Scan the entries below. Return every line that includes "things".

Start of Dataset entries

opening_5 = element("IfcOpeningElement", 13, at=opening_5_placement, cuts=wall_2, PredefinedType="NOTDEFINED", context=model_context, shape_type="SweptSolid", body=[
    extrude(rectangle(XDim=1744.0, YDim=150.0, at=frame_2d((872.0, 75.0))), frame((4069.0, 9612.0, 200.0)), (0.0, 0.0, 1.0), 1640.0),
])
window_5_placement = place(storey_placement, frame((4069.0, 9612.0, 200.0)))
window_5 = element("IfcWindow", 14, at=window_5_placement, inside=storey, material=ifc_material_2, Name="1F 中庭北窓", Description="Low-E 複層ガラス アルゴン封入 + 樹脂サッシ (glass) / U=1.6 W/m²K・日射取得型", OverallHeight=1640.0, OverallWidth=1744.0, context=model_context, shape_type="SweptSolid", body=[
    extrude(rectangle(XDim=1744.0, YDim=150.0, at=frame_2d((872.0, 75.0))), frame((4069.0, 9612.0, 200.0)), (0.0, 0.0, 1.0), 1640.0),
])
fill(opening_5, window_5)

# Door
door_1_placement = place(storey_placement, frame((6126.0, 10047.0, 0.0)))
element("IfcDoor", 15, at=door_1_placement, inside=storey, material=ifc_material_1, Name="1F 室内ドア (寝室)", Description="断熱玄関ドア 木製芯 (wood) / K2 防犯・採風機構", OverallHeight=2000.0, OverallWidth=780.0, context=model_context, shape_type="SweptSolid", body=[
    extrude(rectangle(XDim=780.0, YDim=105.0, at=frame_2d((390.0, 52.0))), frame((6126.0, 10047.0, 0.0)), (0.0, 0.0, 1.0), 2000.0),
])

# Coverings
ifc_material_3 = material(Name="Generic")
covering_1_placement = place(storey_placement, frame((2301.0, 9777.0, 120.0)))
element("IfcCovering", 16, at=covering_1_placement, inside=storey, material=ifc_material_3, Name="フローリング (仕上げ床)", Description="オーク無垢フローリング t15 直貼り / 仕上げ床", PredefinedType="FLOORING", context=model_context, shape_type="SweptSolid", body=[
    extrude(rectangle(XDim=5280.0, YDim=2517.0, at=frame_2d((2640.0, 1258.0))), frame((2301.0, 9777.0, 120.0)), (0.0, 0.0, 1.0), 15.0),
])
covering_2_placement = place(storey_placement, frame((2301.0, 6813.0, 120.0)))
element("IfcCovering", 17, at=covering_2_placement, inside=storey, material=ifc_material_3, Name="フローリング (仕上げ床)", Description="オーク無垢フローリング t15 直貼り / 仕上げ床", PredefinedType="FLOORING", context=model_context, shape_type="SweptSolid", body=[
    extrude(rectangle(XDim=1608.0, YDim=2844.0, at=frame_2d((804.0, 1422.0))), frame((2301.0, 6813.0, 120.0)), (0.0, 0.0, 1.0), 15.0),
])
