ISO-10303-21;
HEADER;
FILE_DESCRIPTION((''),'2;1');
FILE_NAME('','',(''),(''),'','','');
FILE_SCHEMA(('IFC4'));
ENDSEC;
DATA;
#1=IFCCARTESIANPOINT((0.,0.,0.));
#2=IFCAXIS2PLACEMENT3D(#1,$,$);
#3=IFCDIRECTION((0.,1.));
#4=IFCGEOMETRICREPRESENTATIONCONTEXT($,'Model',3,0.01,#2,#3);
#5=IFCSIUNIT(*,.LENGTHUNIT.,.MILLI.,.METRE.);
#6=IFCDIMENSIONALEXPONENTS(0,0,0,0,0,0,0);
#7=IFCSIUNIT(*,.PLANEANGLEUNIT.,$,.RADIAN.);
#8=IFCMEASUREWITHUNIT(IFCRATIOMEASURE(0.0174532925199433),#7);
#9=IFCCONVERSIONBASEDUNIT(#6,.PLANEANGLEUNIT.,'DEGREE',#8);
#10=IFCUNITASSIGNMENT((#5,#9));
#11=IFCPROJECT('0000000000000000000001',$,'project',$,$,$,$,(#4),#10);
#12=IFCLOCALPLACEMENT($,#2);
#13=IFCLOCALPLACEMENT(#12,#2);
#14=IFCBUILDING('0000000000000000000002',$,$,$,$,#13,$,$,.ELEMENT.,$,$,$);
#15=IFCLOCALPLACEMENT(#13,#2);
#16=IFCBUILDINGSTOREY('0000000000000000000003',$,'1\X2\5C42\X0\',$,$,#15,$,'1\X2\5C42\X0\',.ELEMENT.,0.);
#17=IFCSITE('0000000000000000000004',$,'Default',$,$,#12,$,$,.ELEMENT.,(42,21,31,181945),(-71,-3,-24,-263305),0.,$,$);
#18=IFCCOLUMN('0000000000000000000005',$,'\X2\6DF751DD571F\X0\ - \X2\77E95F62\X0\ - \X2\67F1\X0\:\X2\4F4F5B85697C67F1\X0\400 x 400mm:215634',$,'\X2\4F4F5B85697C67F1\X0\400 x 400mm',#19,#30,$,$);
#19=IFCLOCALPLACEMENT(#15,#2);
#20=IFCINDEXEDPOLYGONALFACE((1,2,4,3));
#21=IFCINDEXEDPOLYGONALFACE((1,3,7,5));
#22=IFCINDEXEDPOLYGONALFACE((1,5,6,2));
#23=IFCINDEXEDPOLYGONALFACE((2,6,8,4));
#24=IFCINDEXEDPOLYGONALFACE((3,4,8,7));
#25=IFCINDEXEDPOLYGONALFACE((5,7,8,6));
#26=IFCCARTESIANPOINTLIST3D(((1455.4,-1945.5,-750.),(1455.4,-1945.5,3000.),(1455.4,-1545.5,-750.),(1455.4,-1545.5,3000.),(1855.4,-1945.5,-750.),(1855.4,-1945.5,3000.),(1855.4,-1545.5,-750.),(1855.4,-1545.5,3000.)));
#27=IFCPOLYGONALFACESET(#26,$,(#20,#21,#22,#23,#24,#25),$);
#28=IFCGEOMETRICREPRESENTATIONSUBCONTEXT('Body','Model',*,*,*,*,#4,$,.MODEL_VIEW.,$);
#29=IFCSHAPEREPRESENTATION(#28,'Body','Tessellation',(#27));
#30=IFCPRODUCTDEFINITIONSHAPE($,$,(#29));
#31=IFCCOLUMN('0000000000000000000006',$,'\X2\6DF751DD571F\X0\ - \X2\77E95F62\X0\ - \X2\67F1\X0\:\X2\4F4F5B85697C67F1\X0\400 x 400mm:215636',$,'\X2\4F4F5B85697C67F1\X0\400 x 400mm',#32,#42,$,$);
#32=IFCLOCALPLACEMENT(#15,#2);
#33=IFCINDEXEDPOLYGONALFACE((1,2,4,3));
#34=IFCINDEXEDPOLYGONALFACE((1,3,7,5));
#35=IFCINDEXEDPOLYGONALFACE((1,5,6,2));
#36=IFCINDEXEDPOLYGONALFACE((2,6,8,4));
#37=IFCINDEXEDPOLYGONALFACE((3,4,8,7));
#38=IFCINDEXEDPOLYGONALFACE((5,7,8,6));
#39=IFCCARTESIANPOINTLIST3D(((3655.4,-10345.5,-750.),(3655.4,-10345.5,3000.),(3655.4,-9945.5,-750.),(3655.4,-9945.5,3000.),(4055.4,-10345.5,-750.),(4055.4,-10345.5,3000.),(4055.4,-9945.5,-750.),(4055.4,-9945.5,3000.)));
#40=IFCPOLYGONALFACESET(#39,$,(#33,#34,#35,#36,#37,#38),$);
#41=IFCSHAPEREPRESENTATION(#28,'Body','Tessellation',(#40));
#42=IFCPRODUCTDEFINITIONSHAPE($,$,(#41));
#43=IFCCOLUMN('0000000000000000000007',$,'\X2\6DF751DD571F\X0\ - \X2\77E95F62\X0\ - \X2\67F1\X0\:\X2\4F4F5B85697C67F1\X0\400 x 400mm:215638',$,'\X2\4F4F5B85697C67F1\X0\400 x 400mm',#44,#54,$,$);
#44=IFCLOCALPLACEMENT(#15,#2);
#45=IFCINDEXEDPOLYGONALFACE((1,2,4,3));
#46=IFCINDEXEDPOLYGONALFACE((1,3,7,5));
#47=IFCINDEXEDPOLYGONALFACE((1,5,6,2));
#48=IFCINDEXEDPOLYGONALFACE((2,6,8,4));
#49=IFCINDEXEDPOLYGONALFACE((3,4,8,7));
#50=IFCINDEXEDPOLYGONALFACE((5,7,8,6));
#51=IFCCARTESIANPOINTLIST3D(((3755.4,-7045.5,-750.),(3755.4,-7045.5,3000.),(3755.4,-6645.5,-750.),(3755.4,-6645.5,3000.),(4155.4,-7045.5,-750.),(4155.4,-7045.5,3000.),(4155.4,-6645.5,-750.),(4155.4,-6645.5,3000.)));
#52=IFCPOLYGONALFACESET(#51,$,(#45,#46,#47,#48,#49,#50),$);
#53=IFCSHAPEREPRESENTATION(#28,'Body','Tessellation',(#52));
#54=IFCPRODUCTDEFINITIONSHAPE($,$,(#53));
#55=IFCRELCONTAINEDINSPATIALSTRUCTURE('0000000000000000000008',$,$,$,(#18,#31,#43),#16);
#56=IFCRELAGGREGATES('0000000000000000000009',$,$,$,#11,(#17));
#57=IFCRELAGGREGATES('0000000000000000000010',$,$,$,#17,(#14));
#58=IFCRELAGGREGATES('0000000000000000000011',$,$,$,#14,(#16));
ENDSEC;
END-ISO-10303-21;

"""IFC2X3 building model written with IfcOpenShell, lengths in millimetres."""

from ifc_helpers import new_model, entity, si_unit, converted_unit, direction, frame, frame_2d, origin, origin_2d_with_axis, place, context, subcontext, project, spatial, rectangle, extrude, source, transform, mapped, element, save


model = new_model("IFC2X3")

# Units and contexts
model_context = context("Model", 3, precision=0.01, world=origin(), true_north=direction((0.0, 1.0)))
body_context = subcontext(model_context, "Body", "Model", "MODEL_VIEW")
ifc_project = project(units=[si_unit("LENGTHUNIT", "METRE", prefix="MILLI"), converted_unit("PLANEANGLEUNIT", "DEGREE", entity("IfcRatioMeasure", 0.0174532925199433), si_unit("PLANEANGLEUNIT", "RADIAN"), dimensions=[0, 0, 0, 0, 0, 0, 0])], contexts=[model_context])

# Site, building, storey
site_placement = place(None, origin())
site = spatial("IfcSite", under=ifc_project, at=site_placement, Name="Default", CompositionType="ELEMENT", RefLatitude=(42, 21, 31, 181945), RefLongitude=(-71, -3, -24, -263305), RefElevation=0.0)
building_placement = place(site_placement, origin())
building = spatial("IfcBuilding", under=site, at=building_placement, CompositionType="ELEMENT")
storey_placement = place(building_placement, origin())
storey = spatial("IfcBuildingStorey", under=building, at=storey_placement, Name="1层", LongName="1层", CompositionType="ELEMENT", Elevation=0.0)

# Columns
shared_shape_1 = source(origin(), body_context, "Body", "SweptSolid", [
    extrude(rectangle(XDim=400.0, YDim=400.0, at=frame_2d((0.0, 0.0), x_axis=(1.0, 0.0))), frame((1655.4, -1745.5, -750.0), z_axis=(0.0, 0.0, 1.0), x_axis=(0.0, -1.0, 0.0)), (0.0, 0.0, 1.0), 3750.0),
])
column_1_placement = place(storey_placement, origin())
element("IfcColumn", 1, at=column_1_placement, inside=storey, Name="混凝土 - 矩形 - 柱:住宅楼柱400 x 400mm:215634", ObjectType="住宅楼柱400 x 400mm", context=body_context, shape_type="MappedRepresentation", body=[
    mapped(shared_shape_1, transform((0.0, 0.0, 0.0), scale=1.0)),
])
shared_shape_2 = source(origin(), body_context, "Body", "SweptSolid", [
    extrude(rectangle(XDim=400.0, YDim=400.0, at=origin_2d_with_axis()), frame((3855.4, -10145.5, -750.0), z_axis=(0.0, 0.0, 1.0), x_axis=(0.0, -1.0, 0.0)), (0.0, 0.0, 1.0), 3750.0),
])
column_2_placement = place(storey_placement, origin())
element("IfcColumn", 2, at=column_2_placement, inside=storey, Name="混凝土 - 矩形 - 柱:住宅楼柱400 x 400mm:215636", ObjectType="住宅楼柱400 x 400mm", context=body_context, shape_type="MappedRepresentation", body=[
    mapped(shared_shape_2, transform((0.0, 0.0, 0.0), scale=1.0)),
])
shared_shape_3 = source(origin(), body_context, "Body", "SweptSolid", [
    extrude(rectangle(XDim=400.0, YDim=400.0, at=origin_2d_with_axis()), frame((3955.4, -6845.5, -750.0), z_axis=(0.0, 0.0, 1.0), x_axis=(0.0, -1.0, 0.0)), (0.0, 0.0, 1.0), 3750.0),
])
column_3_placement = place(storey_placement, origin())
element("IfcColumn", 3, at=column_3_placement, inside=storey, Name="混凝土 - 矩形 - 柱:住宅楼柱400 x 400mm:215638", ObjectType="住宅楼柱400 x 400mm", context=body_context, shape_type="MappedRepresentation", body=[
    mapped(shared_shape_3, transform((0.0, 0.0, 0.0), scale=1.0)),
])

save(model, "model.ifc")
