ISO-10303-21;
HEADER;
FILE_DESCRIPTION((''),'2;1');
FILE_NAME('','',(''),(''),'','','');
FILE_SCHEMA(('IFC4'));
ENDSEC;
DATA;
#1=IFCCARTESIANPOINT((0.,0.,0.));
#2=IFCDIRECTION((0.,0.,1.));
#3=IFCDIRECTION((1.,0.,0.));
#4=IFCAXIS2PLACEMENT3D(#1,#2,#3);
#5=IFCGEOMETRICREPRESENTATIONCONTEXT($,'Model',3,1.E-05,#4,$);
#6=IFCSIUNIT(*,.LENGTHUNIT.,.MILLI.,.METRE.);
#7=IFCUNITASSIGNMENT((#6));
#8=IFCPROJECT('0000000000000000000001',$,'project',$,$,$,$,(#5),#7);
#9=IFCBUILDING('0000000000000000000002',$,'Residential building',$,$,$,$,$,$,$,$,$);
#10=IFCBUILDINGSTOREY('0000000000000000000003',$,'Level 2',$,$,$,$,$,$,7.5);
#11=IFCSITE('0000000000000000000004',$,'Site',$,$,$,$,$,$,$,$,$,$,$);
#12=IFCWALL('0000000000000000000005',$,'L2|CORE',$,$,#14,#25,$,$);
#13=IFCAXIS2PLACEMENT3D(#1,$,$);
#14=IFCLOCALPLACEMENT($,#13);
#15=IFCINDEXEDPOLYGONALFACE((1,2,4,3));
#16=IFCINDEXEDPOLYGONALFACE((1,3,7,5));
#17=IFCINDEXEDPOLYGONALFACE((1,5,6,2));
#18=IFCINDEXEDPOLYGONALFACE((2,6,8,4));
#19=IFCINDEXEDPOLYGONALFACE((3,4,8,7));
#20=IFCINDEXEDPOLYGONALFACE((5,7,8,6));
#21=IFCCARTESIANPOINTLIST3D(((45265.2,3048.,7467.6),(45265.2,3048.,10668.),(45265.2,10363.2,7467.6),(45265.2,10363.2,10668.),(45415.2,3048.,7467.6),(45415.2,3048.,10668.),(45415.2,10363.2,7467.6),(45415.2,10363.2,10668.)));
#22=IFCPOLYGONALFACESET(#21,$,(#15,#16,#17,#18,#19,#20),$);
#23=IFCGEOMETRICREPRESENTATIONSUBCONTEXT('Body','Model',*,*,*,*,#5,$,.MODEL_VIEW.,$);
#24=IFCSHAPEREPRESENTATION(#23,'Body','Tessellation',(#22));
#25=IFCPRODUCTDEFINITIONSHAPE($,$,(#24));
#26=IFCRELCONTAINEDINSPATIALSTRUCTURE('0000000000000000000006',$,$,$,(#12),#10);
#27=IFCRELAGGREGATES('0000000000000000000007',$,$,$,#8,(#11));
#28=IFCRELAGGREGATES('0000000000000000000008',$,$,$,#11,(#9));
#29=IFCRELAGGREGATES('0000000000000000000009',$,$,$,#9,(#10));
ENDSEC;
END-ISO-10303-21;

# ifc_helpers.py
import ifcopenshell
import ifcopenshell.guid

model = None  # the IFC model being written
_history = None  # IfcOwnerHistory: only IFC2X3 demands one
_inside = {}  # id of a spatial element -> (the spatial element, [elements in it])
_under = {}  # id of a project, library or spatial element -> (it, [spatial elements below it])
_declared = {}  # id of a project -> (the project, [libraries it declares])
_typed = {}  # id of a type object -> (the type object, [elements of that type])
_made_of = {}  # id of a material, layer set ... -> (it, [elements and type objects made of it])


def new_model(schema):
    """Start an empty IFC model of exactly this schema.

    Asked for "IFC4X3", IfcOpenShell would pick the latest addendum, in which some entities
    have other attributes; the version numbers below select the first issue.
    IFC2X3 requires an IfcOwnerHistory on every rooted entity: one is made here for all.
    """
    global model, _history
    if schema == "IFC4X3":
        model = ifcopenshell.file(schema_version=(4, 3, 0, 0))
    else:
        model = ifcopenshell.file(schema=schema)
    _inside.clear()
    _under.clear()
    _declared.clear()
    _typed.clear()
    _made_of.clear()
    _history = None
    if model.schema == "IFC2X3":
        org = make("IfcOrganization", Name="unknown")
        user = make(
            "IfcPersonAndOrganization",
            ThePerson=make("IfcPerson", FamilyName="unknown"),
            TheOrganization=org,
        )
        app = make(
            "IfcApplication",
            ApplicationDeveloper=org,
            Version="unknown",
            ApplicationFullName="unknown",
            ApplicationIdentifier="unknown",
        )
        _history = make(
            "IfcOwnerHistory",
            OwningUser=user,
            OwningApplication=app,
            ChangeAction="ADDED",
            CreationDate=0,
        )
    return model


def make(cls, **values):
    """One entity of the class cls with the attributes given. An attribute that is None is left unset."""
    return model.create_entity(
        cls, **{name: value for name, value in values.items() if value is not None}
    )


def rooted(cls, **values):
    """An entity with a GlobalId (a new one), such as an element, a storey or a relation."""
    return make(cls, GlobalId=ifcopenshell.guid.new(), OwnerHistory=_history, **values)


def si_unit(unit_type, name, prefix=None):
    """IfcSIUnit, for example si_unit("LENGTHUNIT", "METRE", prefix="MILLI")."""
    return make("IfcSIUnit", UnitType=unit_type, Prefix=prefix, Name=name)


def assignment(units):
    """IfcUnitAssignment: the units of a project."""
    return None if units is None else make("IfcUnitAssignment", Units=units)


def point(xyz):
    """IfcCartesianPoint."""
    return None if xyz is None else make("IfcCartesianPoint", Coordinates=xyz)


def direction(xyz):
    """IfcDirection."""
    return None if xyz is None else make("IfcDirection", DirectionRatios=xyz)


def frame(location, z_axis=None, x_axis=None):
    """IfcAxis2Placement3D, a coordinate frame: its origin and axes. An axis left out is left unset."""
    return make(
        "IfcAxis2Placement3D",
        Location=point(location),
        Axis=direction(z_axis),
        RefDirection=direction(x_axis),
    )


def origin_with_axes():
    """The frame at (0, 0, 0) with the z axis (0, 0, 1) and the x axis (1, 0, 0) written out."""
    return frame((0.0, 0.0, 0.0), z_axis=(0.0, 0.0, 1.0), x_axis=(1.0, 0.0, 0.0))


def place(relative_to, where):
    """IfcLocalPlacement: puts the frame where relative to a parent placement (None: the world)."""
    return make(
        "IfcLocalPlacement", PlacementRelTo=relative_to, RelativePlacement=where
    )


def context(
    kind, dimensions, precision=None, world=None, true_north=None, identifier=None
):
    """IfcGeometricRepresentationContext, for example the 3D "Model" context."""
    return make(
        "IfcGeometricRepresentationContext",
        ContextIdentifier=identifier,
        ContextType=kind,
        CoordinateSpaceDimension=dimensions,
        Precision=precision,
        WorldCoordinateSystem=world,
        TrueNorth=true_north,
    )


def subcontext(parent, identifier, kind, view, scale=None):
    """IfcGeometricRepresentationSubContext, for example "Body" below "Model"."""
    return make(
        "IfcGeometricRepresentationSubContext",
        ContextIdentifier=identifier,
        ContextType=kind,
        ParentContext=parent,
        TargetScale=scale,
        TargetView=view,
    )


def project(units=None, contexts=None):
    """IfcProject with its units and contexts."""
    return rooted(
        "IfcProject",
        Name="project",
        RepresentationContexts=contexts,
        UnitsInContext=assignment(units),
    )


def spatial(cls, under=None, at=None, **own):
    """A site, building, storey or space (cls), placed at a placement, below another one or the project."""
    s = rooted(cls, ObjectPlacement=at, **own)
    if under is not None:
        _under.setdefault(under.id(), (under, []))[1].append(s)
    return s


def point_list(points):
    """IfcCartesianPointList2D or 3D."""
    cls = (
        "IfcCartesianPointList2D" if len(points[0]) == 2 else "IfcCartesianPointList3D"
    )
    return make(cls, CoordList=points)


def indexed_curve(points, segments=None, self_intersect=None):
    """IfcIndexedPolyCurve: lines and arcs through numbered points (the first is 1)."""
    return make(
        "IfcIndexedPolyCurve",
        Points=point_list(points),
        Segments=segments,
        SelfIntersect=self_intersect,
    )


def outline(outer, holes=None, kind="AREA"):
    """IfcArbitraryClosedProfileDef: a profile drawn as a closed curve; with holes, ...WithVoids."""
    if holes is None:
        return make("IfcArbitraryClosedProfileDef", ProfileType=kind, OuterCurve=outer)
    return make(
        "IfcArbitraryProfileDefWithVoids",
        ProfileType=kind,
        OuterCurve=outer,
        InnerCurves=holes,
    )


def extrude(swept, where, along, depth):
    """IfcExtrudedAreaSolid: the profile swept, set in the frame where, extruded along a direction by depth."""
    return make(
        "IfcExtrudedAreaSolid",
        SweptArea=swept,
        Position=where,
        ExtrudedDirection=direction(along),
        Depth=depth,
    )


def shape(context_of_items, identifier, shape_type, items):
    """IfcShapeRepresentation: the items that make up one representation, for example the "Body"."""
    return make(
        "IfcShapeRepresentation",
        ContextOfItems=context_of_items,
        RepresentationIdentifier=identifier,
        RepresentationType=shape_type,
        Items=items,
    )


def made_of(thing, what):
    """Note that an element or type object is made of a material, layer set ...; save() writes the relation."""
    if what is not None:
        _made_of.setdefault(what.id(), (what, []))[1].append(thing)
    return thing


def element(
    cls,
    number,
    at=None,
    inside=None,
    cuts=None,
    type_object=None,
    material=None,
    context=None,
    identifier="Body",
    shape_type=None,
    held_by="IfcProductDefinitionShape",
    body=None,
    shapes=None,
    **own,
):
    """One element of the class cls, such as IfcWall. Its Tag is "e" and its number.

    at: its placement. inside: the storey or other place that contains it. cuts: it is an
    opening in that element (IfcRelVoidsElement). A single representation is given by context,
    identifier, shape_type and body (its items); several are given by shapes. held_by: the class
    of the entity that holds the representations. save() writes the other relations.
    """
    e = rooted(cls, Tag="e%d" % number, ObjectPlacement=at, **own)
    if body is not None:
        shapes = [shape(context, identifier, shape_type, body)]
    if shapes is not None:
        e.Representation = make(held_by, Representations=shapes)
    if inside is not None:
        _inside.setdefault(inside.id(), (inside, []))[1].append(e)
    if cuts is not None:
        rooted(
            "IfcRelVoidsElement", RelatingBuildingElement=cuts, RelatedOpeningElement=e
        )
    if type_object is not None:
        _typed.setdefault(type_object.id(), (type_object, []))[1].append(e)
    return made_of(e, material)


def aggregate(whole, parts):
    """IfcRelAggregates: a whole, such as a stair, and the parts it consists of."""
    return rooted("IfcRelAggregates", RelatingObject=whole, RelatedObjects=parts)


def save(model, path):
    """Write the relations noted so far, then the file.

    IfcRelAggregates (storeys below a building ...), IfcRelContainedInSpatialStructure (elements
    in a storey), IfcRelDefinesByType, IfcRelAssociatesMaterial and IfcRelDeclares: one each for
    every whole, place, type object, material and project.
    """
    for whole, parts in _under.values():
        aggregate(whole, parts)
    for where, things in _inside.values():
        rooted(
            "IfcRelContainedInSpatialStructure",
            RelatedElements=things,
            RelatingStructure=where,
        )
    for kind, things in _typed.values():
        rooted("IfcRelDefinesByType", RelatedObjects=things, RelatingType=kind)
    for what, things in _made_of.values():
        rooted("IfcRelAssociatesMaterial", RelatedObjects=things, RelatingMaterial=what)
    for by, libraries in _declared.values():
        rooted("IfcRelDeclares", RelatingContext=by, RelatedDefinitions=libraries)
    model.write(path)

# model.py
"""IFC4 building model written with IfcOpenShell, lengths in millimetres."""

from ifc_helpers import new_model, si_unit, frame, origin_with_axes, place, context, subcontext, project, spatial, indexed_curve, outline, extrude, element, save


model = new_model("IFC4")

# Units and contexts
model_context = context("Model", 3, precision=1e-05, world=origin_with_axes())
body_context = subcontext(model_context, "Body", "Model", "MODEL_VIEW")
ifc_project = project(units=[si_unit("LENGTHUNIT", "METRE", prefix="MILLI")], contexts=[model_context])

# Site, building, storey
site = spatial("IfcSite", under=ifc_project, Name="Site")
building = spatial("IfcBuilding", under=site, Name="Residential building")
storey = spatial("IfcBuildingStorey", under=building, Name="Level 2", Elevation=7.5)

# Wall
for number, where, z_axis, x_axis, name in (
    (1, (45415.2, 3048.0, 7467.6), (0.0, 0.0, 1.0), (0.0, 1.0, 0.0), "L2|CORE"),
):
    element("IfcWall", number, at=place(None, frame(where, z_axis=z_axis, x_axis=x_axis)), inside=storey, Name=name, context=body_context, shape_type="SweptSolid", body=[
        extrude(outline(indexed_curve([(0.0, 0.0), (0.0, 150.0), (7315.2, 150.0), (7315.2, 0.0), (0.0, 0.0)], self_intersect=False)), origin_with_axes(), (0.0, 0.0, 1.0), 3200.4),
    ])

save(model, "model.ifc")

End of Dataset entries

### Exercise output
    for where, things in _inside.values():
            RelatedElements=things,
    for kind, things in _typed.values():
        rooted("IfcRelDefinesByType", RelatedObjects=things, RelatingType=kind)
    for what, things in _made_of.values():
        rooted("IfcRelAssociatesMaterial", RelatedObjects=things, RelatingMaterial=what)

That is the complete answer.